News of their death is sadly very much premature.

------
rickmoen
SVLUG's had three generous tentative offers of meeting space, thanks in part
to the good folks here. The somewhat bigger problem is SVLUG's staffing,
notably its absence. As a member of the Web Team, I've been holding the group
together for years after active volunteers found other interests elsewhere and
walked away, e.g., Yudhvir Singh Sidhu resigned as Meeting Coordinator after
doing a terrific job for years, and nobody took his place. This past January,
I gave the group a heads-up that the March 2nd speaker had cancelled but I was
going to be on the Pacific Ocean for a month so someone else would have to
fill the vacancy.
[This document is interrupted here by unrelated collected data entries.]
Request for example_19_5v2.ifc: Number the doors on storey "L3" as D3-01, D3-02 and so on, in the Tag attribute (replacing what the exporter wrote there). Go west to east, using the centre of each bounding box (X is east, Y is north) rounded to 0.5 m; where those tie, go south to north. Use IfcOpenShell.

First a look at what the model holds.

```python
import ifcopenshell
import ifcopenshell.util.element
import ifcopenshell.util.placement

model = ifcopenshell.open("example_19_5v2.ifc")
print(model.schema)
storey = next(s for s in model.by_type("IfcBuildingStorey") if s.Name == "L3")
doors = [e for e in ifcopenshell.util.element.get_decomposition(storey) if e.is_a("IfcDoor")]
for e in sorted(doors, key=lambda e: e.id()):
    origin = ifcopenshell.util.placement.get_local_placement(e.ObjectPlacement)[:3, 3]
    print(e.id(), e.Tag, e.Name, origin.round(2) + 0.0, sep=" | ")
```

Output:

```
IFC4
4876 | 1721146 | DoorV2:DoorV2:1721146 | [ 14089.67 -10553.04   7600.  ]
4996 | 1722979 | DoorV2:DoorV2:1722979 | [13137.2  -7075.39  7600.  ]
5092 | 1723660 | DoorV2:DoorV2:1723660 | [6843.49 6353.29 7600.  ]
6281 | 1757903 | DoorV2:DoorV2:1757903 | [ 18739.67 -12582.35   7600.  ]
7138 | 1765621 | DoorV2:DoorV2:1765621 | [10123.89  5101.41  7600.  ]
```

```python
import ifcopenshell
import ifcopenshell.geom
import ifcopenshell.util.element
import ifcopenshell.util.shape

model = ifcopenshell.open("example_19_5v2.ifc")
settings = ifcopenshell.geom.settings()
settings.set("use-world-coords", True)


def centre(element):
    shape = ifcopenshell.geom.create_shape(settings, element)
    return ifcopenshell.util.shape.get_bbox_centroid(shape.geometry)


storey = next(s for s in model.by_type("IfcBuildingStorey") if s.Name == "L3")
doors = [e for e in ifcopenshell.util.element.get_decomposition(storey) if e.is_a("IfcDoor")]

# Insertion points can sit at a corner or the storey origin, so sort by the geometry (in metres).
centres = {e: centre(e) for e in doors}
doors.sort(key=lambda e: (round(centres[e][0] / 0.5), centres[e][1]))

for i, e in enumerate(doors, start=1):
    number = f"D3-{i:02d}"
    e.Tag = number
    print(e.id(), number)

model.write("example_19_5v2_v2.ifc")
```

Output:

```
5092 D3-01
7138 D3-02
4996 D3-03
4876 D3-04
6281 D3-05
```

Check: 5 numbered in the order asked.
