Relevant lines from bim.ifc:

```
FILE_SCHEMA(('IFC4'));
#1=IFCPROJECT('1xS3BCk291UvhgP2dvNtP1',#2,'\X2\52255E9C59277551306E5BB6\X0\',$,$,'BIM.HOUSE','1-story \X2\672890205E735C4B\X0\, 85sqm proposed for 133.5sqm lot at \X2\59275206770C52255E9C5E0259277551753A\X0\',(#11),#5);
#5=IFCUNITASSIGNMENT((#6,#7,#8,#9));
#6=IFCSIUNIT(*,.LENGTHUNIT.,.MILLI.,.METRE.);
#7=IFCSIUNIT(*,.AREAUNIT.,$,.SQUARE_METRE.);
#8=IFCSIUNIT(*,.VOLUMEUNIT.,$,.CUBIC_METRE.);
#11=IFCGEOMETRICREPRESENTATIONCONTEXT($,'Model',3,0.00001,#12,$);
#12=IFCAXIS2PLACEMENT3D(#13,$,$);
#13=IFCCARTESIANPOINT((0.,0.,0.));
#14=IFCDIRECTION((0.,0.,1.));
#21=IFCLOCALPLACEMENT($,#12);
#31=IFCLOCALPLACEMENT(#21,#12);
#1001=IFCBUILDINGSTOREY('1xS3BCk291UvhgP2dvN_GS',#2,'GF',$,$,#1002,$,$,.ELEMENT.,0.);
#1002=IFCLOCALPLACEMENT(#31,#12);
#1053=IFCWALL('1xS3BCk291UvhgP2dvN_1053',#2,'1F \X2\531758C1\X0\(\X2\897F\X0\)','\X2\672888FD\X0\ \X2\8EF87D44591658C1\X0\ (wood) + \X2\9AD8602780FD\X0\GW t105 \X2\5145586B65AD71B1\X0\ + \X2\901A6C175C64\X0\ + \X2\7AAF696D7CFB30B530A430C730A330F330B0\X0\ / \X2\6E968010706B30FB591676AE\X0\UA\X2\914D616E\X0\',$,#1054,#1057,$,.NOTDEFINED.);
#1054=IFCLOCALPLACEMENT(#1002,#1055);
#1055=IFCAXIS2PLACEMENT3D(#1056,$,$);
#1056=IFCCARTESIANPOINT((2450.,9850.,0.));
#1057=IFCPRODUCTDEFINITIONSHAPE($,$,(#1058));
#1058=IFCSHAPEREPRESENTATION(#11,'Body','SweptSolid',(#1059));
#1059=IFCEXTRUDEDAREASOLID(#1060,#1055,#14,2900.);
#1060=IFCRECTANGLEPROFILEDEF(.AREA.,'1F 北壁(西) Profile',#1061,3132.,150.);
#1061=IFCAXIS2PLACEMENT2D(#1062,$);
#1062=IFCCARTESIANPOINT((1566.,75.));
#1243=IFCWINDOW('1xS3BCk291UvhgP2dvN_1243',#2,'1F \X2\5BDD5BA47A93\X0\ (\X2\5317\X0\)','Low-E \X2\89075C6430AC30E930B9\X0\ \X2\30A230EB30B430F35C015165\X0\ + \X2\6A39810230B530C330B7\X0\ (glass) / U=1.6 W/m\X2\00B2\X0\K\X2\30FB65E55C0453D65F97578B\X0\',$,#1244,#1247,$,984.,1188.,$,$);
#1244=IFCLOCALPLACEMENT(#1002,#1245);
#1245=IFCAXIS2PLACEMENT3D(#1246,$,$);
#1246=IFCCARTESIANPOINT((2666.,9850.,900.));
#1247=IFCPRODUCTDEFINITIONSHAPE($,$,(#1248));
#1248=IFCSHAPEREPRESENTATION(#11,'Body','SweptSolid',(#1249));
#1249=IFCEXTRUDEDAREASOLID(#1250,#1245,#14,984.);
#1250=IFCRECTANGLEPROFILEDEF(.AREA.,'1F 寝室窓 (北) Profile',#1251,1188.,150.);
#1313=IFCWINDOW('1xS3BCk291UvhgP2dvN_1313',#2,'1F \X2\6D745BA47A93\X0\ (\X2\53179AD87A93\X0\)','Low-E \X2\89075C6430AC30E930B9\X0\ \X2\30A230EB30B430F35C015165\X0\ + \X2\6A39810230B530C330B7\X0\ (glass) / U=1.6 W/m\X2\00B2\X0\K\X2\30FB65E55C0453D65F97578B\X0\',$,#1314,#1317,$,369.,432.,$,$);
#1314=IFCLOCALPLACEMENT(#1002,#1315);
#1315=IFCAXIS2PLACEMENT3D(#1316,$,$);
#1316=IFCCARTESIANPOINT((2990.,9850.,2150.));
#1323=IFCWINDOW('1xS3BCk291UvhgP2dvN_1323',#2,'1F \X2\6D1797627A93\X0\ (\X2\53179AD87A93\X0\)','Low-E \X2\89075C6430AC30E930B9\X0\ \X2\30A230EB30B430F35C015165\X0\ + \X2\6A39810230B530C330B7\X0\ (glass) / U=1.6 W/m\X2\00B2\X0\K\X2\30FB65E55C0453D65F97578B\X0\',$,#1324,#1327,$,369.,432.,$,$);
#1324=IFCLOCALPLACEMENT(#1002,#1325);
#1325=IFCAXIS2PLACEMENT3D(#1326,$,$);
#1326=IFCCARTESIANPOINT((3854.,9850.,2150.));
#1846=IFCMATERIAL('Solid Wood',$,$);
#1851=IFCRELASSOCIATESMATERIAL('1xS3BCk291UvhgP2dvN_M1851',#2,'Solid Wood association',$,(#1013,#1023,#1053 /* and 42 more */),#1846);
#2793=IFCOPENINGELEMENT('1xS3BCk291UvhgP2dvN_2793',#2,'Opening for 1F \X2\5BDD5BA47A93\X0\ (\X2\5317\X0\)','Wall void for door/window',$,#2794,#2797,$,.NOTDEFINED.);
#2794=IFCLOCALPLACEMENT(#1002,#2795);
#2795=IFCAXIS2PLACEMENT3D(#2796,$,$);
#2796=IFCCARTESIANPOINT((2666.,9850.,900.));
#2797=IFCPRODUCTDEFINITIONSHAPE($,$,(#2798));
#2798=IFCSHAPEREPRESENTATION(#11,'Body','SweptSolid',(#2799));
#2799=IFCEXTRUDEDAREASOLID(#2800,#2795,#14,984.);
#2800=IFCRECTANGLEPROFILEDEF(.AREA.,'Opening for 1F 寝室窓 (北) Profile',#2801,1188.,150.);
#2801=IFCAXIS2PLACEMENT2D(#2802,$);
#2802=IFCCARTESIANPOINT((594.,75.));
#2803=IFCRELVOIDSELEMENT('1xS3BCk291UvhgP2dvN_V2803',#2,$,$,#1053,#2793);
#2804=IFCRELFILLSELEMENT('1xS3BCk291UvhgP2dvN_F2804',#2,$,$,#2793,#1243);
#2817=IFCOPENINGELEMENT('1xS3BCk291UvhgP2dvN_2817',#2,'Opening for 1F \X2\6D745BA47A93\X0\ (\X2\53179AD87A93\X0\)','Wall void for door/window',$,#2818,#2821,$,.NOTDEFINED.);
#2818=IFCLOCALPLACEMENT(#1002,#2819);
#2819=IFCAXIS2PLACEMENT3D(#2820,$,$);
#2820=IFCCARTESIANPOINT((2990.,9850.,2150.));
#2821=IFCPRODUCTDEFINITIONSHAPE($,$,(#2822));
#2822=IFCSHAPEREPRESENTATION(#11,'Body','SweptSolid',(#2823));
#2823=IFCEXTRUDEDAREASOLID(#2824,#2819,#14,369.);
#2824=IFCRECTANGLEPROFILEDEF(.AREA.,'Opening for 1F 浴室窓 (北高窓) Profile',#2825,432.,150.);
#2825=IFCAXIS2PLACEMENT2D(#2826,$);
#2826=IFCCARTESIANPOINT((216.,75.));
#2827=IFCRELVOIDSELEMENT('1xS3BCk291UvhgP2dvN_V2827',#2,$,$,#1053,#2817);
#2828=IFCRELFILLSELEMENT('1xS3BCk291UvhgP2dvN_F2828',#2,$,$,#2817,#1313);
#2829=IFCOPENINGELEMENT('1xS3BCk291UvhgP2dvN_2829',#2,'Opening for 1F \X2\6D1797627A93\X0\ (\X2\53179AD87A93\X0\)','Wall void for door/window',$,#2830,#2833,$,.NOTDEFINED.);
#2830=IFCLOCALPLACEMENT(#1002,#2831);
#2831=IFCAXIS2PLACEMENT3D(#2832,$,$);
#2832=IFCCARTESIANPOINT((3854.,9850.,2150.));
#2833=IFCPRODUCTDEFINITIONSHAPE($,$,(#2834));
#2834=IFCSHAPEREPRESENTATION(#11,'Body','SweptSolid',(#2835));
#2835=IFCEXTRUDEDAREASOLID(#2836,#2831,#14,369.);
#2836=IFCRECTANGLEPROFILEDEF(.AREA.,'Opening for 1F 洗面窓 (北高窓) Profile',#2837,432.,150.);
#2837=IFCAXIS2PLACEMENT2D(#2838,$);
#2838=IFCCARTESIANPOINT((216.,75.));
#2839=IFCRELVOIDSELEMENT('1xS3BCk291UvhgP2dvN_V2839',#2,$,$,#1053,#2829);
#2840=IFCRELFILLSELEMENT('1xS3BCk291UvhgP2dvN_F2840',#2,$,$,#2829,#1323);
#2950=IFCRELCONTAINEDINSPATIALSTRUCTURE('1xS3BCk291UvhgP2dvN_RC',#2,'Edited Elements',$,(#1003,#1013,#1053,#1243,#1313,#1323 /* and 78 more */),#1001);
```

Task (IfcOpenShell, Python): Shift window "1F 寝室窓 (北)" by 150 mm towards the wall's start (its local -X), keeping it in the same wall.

```python
import ifcopenshell
import ifcopenshell.api.geometry
import ifcopenshell.util.placement
import ifcopenshell.util.unit

model = ifcopenshell.open("bim.ifc")
unit_scale = ifcopenshell.util.unit.calculate_unit_scale(model)

window = model.by_guid("1xS3BCk291UvhgP2dvN_1243")
opening = window.FillsVoids[0].RelatingOpeningElement
wall = opening.VoidsElements[0].RelatingBuildingElement

wall_matrix = ifcopenshell.util.placement.get_local_placement(wall.ObjectPlacement)
shift = wall_matrix[:3, 0] * -0.15 / unit_scale
before = ifcopenshell.util.placement.get_local_placement(window.ObjectPlacement)[:3, 3].copy()

# The window is not placed relative to its opening, so move both.
for product in (opening, window):
    matrix = ifcopenshell.util.placement.get_local_placement(product.ObjectPlacement)
    matrix[:3, 3] += shift
    ifcopenshell.api.geometry.edit_object_placement(model, product=product, matrix=matrix, is_si=False)

after = ifcopenshell.util.placement.get_local_placement(window.ObjectPlacement)[:3, 3]
print("window moved by", (after - before).round(3) + 0.0)

model.write("bim_updated.ifc")
```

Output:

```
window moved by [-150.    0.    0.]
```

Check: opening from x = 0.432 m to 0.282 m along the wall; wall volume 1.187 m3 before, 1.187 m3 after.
I returned in late February and found nobody had even tried,
and March's meeting had to be cancelled.

SVLUG hasn't had elected officers since 2009, when the last President and VP's
terms expired. Nominations were open at the December 2nd, 2009 meeting, but
nobody wished to be a candidate.

I'm certainly not faulting people for having other interests. These things
happen. (I myself always stressed that I was unwilling to run SVLUG because I
already run another LUG, CABAL.) I suspect that if speakers show an interest
in giving talks, one of the kind offers will be accepted, but the basic
institutional problem within the group is a real one.

------
bdcravens
Reads like a facility issue, not the ending of the group. Having run user
groups, this is a common challenge, but hardly a death knell. However, maybe
there's a backstory I don't know.

------
24gttghh
>"If you or someone else claims the November slot, then our closing party will
be December 7th, 2016 -- a day that will live in infamy? ;->"

Long live the history nerd!

------
linker3000
So can anyone here from SVLUG confirm whether they have a new venue lined up?
If not I can make some enquiries about possibilities in our facilities in
South San Jose.

------
iqster
Wow .. seems there are more people in the intersection of SVLUG and HN than I
thought :-)

------
ipnon
Thanks for the new Bash trick.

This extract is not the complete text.